I need each line of the entries below that includes the string "IFCLOCALPLACEMENT".

•••

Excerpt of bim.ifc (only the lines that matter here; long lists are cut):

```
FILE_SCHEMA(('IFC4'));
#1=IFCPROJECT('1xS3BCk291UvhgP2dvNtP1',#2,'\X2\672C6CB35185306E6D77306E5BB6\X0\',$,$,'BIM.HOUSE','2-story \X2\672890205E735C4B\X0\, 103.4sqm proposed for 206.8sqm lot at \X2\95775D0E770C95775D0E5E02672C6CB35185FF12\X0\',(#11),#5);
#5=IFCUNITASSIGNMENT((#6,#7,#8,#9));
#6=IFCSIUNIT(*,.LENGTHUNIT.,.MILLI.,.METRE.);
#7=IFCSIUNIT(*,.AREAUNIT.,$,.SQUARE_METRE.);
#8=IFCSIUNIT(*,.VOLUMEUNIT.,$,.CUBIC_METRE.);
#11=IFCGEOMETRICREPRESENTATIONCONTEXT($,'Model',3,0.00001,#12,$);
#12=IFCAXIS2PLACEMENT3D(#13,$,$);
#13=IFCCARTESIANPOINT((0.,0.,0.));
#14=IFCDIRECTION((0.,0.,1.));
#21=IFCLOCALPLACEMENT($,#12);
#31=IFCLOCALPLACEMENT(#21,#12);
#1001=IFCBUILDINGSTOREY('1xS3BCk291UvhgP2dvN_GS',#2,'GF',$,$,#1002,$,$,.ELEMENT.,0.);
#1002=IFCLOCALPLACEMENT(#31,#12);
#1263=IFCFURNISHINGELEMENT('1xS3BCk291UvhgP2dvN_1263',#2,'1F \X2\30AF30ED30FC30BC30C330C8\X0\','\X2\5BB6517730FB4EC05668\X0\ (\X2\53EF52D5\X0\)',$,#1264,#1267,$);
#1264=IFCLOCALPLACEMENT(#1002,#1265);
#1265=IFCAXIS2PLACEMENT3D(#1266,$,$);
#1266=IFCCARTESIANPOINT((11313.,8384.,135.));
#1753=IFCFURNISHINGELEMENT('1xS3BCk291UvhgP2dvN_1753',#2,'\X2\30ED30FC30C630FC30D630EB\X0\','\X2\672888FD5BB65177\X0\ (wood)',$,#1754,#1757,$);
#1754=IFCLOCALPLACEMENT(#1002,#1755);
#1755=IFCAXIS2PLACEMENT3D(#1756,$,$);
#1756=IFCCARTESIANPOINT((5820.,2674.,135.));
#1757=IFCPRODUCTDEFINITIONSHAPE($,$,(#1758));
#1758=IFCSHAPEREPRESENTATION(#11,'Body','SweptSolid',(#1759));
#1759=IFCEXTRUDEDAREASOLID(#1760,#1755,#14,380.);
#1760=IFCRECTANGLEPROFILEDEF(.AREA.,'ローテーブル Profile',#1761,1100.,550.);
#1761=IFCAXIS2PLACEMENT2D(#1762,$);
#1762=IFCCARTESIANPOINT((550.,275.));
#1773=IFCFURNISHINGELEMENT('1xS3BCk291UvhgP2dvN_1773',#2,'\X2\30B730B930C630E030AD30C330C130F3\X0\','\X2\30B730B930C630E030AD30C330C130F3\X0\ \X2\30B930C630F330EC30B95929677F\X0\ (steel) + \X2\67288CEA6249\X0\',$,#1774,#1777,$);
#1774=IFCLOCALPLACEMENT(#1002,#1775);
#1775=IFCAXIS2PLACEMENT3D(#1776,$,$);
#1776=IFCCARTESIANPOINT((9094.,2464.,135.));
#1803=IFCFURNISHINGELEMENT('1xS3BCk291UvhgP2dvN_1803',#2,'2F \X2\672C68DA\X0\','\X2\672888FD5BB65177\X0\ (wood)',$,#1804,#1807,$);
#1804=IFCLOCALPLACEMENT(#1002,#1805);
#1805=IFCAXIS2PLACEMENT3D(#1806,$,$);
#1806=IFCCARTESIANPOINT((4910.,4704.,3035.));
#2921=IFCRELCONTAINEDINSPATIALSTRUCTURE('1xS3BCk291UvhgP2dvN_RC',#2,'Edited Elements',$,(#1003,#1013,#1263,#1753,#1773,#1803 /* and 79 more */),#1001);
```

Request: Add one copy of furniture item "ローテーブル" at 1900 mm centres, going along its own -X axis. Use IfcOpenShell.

```python
import ifcopenshell
import ifcopenshell.api.geometry
import ifcopenshell.api.root
import ifcopenshell.util.element
import ifcopenshell.util.placement
import ifcopenshell.util.unit

model = ifcopenshell.open("bim.ifc")
unit_scale = ifcopenshell.util.unit.calculate_unit_scale(model)


def reuse_history(source, copy):
    """copy_class also copies each property set's owner history, people and application; keep the originals."""
    for rel in copy.IsDefinedBy:
        if rel.is_a("IfcRelDefinesByProperties") and (history := rel.RelatingPropertyDefinition.OwnerHistory):
            rel.RelatingPropertyDefinition.OwnerHistory = source.OwnerHistory
            ifcopenshell.util.element.remove_deep2(model, history)


source = model.by_guid("1xS3BCk291UvhgP2dvN_1753")
base = ifcopenshell.util.placement.get_local_placement(source.ObjectPlacement)
step = -base[:3, 0] * 1.9 / unit_scale

for i in range(1, 2):
    copy = ifcopenshell.api.root.copy_class(model, product=source)
    copy.Representation = ifcopenshell.util.element.copy_deep(
        model, source.Representation, exclude=["IfcGeometricRepresentationContext", "IfcRepresentationMap"]
    )
    reuse_history(source, copy)
    matrix = base.copy()
    matrix[:3, 3] += i * step
    print("added at", matrix[:3, 3].round(3) + 0.0)
    ifcopenshell.api.geometry.edit_object_placement(model, product=copy, matrix=matrix, is_si=False)

model.write("bim_v2.ifc")
```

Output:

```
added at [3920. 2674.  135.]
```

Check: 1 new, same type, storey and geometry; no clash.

•••

Your solution |
#21=IFCLOCALPLACEMENT($,#12);
#31=IFCLOCALPLACEMENT(#21,#12);
#1002=IFCLOCALPLACEMENT(#31,#12);
#1264=IFCLOCALPLACEMENT(#1002,#1265);
#1754=IFCLOCALPLACEMENT(#1002,#1755);
#1774=IFCLOCALPLACEMENT(#1002,#1775);
#1804=IFCLOCALPLACEMENT(#1002,#1805);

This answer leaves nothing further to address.